And that brings us, finally, to the fourth of Churchland’s arguments, the argument from evolution. Here again we have an argument that is entirely without force, and the main reason should be obvious from what has just been said: Dualism is a metaphysical theory, not an empirical hypothesis, and thus it is not the sort of thing that could be refuted by empirical biological findings any more than by neuroscientific ones.

But there is more to be said. Churchland’s fourth argument is also question-begging. For whether Darwinian evolution – which is supposed to be a purely materialist theory – is in fact a complete explanation of human nature depends on whether human nature is entirely material. And of course, the dualist’s claim is precisely that human beings are not and cannot be purely material, in which case no purely materialist theory could possibly provide a complete explanation of human nature. Hence it is no good to merely to assert, as an argument against dualism, that Darwinism has already explained human nature in materialist terms. That simply assumes the falsity of dualism without proving it.

Nor is it any good to stamp one’s feet and insist that if Darwinism entails materialism, then we had all better be materialists. Because here’s a newsflash: If Darwinism entailed that 2 + 2 = 5, what that would show is, not that 2 + 2 = 5, but that Darwinism is false, or at least needs to be seriously modified. Similarly, if Darwinism really does entail materialism, but the arguments of an Aquinas, a Descartes, or a James Ross show that materialism is false, then so much the worse for Darwinism. It had better adapt itself to the metaphysical facts, or be selected out. Like so many other naturalists, Churchland waves the “evolution” talisman as if it sufficed to shut off all debate, assuring us that in light of Darwinism we “are creatures of matter” and “should learn to live with that fact.” But this is sheer, question-begging bluff, not serious philosophical argument.

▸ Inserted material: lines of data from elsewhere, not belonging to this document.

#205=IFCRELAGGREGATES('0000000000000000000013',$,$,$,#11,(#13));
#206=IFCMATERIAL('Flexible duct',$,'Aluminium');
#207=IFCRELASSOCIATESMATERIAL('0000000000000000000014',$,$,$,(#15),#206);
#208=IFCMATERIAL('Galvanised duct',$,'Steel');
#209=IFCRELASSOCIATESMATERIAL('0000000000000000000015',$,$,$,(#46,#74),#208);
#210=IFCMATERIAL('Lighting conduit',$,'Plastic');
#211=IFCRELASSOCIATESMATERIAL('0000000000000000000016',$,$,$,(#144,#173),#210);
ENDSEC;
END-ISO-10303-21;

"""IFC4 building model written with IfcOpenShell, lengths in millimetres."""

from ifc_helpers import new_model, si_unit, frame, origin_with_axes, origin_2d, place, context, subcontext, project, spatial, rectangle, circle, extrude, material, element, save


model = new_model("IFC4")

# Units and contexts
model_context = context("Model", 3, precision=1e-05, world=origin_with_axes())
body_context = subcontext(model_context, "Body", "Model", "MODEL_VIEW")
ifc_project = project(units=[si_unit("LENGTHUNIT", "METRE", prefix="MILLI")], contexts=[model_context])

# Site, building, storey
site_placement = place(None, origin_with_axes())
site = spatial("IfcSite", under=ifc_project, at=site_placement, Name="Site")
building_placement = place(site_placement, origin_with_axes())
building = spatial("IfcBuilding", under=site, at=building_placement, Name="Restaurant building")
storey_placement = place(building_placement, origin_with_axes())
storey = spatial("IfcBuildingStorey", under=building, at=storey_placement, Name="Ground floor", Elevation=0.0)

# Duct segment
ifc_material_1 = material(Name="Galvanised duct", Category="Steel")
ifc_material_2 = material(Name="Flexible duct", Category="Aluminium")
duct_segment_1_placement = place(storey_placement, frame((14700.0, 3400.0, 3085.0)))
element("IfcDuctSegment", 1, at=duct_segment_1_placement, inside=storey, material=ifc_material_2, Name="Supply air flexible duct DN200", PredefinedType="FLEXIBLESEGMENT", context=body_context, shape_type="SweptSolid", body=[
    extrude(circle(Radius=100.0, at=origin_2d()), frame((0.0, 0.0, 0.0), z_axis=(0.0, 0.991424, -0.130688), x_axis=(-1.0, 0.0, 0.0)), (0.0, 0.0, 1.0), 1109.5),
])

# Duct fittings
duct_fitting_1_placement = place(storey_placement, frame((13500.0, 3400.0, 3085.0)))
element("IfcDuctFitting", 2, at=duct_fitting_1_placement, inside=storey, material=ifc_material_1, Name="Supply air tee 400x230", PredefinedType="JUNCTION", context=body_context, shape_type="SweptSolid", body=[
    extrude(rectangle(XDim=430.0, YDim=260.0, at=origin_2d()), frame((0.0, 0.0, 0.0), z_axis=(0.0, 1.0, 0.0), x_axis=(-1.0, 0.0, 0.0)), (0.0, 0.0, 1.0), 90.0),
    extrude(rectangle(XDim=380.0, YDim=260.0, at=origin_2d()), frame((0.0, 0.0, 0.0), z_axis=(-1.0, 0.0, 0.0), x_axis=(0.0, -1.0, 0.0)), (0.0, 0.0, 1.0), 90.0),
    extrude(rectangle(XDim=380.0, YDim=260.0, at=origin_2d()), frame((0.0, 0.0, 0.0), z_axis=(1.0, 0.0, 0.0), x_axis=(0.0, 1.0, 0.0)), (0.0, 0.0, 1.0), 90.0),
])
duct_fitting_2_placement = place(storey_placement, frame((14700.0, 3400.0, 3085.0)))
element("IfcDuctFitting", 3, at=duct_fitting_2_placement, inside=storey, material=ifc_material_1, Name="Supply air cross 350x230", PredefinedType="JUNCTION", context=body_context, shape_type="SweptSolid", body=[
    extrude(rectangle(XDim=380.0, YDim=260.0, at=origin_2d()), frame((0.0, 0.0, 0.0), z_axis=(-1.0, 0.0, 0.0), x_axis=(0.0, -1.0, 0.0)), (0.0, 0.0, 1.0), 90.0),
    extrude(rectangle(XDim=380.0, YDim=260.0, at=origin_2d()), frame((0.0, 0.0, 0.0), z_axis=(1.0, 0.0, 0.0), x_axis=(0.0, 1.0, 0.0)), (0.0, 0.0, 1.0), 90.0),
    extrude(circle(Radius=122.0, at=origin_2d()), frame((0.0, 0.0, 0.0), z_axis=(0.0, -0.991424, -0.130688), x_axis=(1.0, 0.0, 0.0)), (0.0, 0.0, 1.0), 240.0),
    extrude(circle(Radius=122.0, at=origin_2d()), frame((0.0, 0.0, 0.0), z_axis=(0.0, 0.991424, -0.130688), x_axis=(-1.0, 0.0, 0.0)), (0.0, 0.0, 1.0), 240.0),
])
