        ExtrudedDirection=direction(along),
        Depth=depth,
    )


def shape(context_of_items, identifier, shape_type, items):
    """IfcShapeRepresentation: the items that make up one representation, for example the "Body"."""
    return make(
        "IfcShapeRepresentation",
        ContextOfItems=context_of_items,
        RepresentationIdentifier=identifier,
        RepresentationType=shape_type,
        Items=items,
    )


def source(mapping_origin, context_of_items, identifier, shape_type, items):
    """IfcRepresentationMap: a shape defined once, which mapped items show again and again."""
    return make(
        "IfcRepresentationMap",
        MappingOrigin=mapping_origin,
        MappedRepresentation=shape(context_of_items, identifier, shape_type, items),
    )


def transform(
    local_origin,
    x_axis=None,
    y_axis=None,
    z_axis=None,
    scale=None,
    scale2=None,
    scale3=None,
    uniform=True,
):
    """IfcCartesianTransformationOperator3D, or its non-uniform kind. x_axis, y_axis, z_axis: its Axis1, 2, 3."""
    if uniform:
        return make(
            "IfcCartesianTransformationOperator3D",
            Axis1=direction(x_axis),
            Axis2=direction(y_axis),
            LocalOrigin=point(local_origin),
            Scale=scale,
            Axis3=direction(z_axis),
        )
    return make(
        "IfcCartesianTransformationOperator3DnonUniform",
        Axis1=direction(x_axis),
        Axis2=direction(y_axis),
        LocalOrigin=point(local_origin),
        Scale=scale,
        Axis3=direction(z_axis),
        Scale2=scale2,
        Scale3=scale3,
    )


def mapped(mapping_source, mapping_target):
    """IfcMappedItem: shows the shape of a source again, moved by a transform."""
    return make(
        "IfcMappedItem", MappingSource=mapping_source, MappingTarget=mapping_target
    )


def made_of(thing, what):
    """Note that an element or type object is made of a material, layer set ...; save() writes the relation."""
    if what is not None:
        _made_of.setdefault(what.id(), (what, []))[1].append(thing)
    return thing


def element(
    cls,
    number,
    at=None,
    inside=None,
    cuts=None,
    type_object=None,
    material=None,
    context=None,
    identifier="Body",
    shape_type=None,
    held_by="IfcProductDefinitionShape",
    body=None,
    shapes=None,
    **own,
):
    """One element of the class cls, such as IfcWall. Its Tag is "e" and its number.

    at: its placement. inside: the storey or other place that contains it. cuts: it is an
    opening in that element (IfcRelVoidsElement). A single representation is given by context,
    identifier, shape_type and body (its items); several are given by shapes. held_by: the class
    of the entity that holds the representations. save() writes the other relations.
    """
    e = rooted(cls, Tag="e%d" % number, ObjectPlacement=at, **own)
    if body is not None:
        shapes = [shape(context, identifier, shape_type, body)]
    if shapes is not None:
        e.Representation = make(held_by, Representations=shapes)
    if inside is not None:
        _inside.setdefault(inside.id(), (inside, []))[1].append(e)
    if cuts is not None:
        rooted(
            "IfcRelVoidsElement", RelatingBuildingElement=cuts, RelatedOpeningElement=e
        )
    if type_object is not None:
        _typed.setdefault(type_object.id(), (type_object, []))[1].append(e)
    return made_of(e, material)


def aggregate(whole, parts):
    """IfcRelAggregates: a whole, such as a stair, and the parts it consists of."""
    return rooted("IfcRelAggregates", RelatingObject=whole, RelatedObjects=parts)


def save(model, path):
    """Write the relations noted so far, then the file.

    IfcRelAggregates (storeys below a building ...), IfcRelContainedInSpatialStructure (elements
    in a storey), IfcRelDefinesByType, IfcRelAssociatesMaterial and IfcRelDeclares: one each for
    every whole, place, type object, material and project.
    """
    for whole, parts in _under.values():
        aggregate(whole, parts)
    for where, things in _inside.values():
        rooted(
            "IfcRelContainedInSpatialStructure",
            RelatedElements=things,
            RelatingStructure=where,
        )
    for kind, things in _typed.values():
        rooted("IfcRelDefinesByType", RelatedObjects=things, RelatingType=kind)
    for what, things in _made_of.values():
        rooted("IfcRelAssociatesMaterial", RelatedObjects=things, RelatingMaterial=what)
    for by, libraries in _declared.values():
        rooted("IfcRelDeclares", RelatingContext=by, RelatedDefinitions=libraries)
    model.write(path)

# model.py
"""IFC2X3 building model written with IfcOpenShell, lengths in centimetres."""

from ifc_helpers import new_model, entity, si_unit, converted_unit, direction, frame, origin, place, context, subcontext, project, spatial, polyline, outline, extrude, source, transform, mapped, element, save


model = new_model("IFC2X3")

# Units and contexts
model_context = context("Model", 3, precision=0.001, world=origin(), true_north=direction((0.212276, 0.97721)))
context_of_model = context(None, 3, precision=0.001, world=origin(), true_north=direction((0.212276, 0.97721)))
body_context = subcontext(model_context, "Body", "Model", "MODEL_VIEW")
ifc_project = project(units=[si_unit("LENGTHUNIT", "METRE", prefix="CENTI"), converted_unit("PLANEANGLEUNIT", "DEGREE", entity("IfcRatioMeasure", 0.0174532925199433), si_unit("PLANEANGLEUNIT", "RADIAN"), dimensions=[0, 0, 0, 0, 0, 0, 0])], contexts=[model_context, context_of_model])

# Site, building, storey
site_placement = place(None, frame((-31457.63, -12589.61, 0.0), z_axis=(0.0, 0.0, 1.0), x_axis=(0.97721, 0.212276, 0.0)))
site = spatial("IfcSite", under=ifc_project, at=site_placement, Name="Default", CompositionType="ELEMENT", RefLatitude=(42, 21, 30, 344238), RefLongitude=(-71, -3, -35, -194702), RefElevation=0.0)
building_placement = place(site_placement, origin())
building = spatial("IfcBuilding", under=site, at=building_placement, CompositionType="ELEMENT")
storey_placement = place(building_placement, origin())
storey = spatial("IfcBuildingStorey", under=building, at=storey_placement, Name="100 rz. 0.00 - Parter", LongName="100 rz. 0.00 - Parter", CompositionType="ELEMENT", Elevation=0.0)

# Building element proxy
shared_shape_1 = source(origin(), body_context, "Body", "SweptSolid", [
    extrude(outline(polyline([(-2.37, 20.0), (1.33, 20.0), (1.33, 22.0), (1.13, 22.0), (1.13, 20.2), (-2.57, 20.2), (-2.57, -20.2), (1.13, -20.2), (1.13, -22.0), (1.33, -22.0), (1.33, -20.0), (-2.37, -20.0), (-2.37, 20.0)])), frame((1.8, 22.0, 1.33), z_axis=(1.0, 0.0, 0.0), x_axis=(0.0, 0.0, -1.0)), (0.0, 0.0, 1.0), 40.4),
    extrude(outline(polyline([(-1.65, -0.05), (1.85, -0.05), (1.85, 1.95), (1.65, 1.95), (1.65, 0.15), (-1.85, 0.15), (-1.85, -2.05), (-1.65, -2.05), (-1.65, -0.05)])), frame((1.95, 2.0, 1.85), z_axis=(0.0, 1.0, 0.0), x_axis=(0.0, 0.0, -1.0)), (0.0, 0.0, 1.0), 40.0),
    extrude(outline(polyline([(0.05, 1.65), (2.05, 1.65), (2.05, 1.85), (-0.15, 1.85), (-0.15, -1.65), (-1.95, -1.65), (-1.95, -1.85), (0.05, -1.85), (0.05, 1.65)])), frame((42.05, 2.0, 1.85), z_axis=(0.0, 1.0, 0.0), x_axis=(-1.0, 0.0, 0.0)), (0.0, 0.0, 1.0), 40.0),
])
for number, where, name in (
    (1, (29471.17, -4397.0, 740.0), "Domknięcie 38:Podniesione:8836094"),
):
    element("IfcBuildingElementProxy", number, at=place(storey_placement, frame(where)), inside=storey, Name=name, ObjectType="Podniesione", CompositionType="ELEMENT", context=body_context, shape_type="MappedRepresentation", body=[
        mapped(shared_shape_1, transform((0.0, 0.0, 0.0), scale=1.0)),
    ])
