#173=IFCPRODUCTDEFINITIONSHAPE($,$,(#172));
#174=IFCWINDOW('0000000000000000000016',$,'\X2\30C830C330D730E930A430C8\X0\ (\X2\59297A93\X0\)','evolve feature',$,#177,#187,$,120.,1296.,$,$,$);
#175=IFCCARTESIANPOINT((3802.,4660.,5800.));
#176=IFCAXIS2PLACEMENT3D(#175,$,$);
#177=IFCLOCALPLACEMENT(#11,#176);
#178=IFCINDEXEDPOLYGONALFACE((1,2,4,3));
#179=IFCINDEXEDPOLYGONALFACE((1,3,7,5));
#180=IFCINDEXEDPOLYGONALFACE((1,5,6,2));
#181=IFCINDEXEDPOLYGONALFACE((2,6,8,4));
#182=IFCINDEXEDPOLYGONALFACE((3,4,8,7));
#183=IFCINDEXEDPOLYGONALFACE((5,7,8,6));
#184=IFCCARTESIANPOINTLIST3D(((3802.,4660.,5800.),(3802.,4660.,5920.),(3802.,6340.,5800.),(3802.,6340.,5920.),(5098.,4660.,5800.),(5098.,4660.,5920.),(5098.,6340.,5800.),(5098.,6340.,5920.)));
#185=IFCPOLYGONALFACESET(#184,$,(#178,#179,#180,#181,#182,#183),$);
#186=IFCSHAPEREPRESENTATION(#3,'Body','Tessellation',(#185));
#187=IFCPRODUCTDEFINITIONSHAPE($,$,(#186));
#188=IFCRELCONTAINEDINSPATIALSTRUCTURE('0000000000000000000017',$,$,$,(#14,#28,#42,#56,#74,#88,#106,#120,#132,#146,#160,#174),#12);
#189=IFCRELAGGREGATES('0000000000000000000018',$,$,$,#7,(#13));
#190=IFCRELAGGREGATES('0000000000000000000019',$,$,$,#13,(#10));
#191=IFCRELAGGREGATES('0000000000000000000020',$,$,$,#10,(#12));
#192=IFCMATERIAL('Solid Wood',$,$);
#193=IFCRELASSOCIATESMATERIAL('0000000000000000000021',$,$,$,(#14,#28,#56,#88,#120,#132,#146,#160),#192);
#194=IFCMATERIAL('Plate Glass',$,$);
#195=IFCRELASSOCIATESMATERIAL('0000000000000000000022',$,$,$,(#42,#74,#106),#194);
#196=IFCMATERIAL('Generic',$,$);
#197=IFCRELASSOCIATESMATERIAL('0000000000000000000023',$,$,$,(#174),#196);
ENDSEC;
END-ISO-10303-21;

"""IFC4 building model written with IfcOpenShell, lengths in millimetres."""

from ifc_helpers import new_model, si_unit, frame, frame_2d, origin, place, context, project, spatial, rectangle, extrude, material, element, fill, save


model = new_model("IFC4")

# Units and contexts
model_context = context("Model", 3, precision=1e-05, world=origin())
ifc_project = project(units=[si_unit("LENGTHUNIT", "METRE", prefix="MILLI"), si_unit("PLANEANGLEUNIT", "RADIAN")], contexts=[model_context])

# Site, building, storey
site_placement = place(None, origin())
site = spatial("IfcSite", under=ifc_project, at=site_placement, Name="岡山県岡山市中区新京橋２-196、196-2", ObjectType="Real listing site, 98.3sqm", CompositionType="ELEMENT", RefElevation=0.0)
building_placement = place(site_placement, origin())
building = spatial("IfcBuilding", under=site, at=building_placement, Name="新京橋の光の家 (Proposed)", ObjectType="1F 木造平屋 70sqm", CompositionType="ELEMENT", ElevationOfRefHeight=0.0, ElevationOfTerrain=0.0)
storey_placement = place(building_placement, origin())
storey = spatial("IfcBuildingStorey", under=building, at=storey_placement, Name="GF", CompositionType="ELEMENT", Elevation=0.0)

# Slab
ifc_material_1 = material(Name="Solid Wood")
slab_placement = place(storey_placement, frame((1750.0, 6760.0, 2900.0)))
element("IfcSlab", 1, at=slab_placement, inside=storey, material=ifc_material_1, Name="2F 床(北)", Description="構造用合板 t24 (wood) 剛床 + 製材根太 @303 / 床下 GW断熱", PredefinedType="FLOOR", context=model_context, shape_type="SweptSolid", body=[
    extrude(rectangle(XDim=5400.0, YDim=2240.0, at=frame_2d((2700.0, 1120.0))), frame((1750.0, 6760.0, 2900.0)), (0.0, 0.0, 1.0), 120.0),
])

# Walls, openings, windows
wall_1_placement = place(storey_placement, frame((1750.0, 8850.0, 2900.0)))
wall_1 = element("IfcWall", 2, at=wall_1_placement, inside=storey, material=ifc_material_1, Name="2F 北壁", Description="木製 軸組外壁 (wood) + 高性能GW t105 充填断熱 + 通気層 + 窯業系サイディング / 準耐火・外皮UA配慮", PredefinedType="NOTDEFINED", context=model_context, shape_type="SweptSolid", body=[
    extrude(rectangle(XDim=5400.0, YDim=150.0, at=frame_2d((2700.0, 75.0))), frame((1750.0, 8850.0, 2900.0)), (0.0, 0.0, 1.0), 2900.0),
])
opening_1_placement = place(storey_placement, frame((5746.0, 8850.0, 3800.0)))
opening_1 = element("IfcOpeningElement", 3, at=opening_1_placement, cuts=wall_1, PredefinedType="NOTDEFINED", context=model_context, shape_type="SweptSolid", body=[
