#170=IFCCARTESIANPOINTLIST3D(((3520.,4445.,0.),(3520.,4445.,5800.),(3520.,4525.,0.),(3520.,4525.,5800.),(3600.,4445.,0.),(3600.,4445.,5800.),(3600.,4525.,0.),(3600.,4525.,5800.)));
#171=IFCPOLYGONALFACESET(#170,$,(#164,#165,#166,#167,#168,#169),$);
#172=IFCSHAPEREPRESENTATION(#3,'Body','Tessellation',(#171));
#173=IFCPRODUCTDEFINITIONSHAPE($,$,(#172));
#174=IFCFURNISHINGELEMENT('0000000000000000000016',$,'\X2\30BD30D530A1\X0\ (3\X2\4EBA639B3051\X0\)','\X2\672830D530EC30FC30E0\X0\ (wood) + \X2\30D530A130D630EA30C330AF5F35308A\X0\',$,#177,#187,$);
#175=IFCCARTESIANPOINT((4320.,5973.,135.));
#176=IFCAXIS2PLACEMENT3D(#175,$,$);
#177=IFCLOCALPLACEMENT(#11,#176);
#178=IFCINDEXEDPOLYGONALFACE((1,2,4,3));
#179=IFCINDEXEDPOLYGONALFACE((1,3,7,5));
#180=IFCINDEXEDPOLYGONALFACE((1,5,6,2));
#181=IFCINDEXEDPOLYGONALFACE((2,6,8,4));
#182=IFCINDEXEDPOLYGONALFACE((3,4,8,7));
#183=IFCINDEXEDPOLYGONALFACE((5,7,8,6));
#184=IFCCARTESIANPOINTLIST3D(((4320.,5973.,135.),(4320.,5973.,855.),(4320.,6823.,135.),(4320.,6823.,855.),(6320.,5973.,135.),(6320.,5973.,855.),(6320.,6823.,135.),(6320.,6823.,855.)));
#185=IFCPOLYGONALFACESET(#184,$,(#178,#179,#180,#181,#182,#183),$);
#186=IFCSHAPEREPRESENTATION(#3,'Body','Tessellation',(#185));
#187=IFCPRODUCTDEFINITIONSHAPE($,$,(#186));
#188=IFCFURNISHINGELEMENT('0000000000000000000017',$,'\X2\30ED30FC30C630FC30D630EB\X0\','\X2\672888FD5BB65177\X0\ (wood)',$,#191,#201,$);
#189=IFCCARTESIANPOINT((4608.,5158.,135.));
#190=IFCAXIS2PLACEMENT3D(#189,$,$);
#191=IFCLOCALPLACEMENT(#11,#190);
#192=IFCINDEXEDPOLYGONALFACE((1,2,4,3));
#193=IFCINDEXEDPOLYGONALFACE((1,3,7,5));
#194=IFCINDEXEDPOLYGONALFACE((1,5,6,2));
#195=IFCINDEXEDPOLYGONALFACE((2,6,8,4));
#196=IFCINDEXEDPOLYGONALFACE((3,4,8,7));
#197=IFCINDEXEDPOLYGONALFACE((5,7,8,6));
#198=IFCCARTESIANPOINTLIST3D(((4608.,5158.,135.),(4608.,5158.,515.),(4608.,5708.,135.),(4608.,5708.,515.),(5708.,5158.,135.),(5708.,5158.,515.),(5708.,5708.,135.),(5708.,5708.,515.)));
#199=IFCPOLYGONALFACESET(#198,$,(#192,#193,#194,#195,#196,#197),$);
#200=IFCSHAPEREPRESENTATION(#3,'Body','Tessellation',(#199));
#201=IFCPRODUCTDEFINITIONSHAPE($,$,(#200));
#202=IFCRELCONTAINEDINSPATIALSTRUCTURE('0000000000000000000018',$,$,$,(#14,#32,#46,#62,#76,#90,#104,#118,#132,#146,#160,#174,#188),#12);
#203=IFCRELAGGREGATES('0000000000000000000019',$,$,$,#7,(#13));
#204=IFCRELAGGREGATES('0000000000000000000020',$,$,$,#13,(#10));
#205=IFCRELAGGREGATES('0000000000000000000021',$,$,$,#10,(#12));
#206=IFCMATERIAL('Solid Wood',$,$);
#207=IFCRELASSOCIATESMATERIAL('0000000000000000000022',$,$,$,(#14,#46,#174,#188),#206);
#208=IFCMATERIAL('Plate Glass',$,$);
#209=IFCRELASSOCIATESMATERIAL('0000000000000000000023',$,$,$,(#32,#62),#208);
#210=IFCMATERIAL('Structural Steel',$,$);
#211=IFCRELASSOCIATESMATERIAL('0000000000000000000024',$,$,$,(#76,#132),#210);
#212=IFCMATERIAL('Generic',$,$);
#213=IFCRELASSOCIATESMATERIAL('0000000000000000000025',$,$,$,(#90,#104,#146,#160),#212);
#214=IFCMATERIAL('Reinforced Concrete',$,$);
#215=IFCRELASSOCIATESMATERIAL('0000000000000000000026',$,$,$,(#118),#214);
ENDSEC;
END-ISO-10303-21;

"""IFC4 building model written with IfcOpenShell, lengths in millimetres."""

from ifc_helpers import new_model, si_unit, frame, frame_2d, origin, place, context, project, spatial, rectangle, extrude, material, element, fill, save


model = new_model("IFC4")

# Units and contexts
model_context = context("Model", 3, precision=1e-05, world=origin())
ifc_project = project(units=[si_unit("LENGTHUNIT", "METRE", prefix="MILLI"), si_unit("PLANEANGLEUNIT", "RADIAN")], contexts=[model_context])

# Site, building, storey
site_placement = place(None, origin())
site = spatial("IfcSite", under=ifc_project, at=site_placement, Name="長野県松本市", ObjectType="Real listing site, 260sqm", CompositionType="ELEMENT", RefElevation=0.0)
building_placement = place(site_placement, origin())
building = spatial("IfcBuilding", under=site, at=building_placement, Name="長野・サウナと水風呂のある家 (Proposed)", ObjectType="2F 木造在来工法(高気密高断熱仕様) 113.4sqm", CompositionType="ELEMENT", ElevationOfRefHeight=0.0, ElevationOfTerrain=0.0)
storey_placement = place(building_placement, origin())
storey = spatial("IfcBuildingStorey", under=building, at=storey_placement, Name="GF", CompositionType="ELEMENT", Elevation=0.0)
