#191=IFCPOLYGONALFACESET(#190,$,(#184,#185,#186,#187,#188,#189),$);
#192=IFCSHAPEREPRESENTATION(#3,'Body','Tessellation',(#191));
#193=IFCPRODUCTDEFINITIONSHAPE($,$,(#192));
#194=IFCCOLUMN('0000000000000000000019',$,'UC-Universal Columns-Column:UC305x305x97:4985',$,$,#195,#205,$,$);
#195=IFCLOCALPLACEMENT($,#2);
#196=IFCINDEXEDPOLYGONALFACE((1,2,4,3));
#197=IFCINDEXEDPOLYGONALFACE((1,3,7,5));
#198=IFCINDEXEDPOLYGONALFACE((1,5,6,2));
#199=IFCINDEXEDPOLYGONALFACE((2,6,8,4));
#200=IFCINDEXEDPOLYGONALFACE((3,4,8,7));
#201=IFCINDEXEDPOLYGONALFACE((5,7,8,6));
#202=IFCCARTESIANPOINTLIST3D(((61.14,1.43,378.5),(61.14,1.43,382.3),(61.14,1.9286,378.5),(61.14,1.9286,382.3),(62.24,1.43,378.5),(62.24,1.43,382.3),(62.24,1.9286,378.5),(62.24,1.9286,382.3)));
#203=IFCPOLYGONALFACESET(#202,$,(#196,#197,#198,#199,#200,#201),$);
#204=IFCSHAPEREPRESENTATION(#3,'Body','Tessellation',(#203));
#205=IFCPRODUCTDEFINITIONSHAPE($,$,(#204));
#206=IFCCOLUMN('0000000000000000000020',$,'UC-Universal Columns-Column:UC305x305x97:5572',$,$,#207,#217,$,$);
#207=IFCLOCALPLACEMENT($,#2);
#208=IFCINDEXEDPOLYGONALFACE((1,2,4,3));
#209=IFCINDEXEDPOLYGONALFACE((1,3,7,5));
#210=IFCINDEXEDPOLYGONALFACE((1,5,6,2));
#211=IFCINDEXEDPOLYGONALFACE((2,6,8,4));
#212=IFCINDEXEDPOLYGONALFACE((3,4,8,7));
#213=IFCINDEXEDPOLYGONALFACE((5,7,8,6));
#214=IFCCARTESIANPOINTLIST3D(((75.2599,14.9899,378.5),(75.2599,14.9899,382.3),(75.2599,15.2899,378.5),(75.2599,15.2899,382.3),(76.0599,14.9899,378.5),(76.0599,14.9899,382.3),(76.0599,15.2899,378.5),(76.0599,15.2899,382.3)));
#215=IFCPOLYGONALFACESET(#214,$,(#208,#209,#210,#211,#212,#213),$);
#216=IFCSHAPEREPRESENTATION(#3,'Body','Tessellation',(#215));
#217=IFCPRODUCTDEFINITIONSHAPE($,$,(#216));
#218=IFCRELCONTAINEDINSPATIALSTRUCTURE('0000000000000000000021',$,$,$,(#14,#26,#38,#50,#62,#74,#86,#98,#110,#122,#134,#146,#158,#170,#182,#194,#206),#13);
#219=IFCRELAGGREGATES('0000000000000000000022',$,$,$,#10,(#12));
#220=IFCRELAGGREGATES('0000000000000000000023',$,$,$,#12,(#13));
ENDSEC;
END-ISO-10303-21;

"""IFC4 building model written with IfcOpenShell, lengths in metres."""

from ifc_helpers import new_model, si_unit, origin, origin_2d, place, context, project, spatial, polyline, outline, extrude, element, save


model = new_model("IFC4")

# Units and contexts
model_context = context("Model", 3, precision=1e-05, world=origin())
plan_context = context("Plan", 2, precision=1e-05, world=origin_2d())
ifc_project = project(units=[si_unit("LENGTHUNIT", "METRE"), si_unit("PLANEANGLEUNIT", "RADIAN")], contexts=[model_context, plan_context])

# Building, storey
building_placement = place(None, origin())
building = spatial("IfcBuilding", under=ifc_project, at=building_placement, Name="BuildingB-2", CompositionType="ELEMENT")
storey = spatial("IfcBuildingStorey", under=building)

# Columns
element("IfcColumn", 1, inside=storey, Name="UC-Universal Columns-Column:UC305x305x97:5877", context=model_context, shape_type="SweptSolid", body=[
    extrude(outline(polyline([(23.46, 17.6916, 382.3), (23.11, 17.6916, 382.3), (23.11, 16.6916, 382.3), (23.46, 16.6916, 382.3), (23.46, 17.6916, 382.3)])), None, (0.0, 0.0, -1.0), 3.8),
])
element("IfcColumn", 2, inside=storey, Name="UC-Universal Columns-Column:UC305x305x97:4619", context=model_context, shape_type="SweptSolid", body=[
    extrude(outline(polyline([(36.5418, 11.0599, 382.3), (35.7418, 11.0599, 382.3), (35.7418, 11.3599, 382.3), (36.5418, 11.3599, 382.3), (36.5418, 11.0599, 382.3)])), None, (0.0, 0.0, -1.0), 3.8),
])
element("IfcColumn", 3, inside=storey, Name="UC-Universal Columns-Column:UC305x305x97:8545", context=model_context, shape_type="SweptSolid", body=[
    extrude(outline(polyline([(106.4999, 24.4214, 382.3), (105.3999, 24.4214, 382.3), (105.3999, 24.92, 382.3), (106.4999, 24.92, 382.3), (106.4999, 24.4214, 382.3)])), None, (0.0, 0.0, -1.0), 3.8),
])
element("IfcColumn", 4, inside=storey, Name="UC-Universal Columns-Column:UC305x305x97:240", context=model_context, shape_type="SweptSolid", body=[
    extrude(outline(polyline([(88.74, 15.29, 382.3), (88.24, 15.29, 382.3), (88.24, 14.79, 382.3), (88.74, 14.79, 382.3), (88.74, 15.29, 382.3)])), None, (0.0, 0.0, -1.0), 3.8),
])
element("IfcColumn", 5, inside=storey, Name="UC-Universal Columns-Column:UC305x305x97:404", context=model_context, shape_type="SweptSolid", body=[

We have seen, then, over the course of these three posts, that Churchland’s treatment of dualism in Matter and Consciousness, though purporting to be a balanced summary, is in fact almost completely worthless both as a guide to what dualists have actually said and as a critique of dualism. And this is a textbook! And a widely used one, which has long been in print – it was one of the books I was taught out of as an undergraduate, and (I am ashamed to say) as a teacher I once used it myself. It took me many years to see just how bad it is. Most students who have read it probably have no idea, and never will.

But that’s how bad ideas spread: By ignorance and intellectual dishonesty smugly masquerading as expertise. Here, as with the debate over theism, the naturalistic skeptic can maintain the illusion of rational superiority only to the extent that he and his readers remain ignorant of what the great thinkers of the past have actually said. For to paraphrase Cardinal Newman, to be deep in history is to cease to be a naturalist.

24 comments:

  1. Two things that puzzle me. Churchland says "we are creatures of matter" and "we should learn to live with that fact". But isn't there (and I could be wrong on this) a pretty lively debate on just what "matter" itself really is?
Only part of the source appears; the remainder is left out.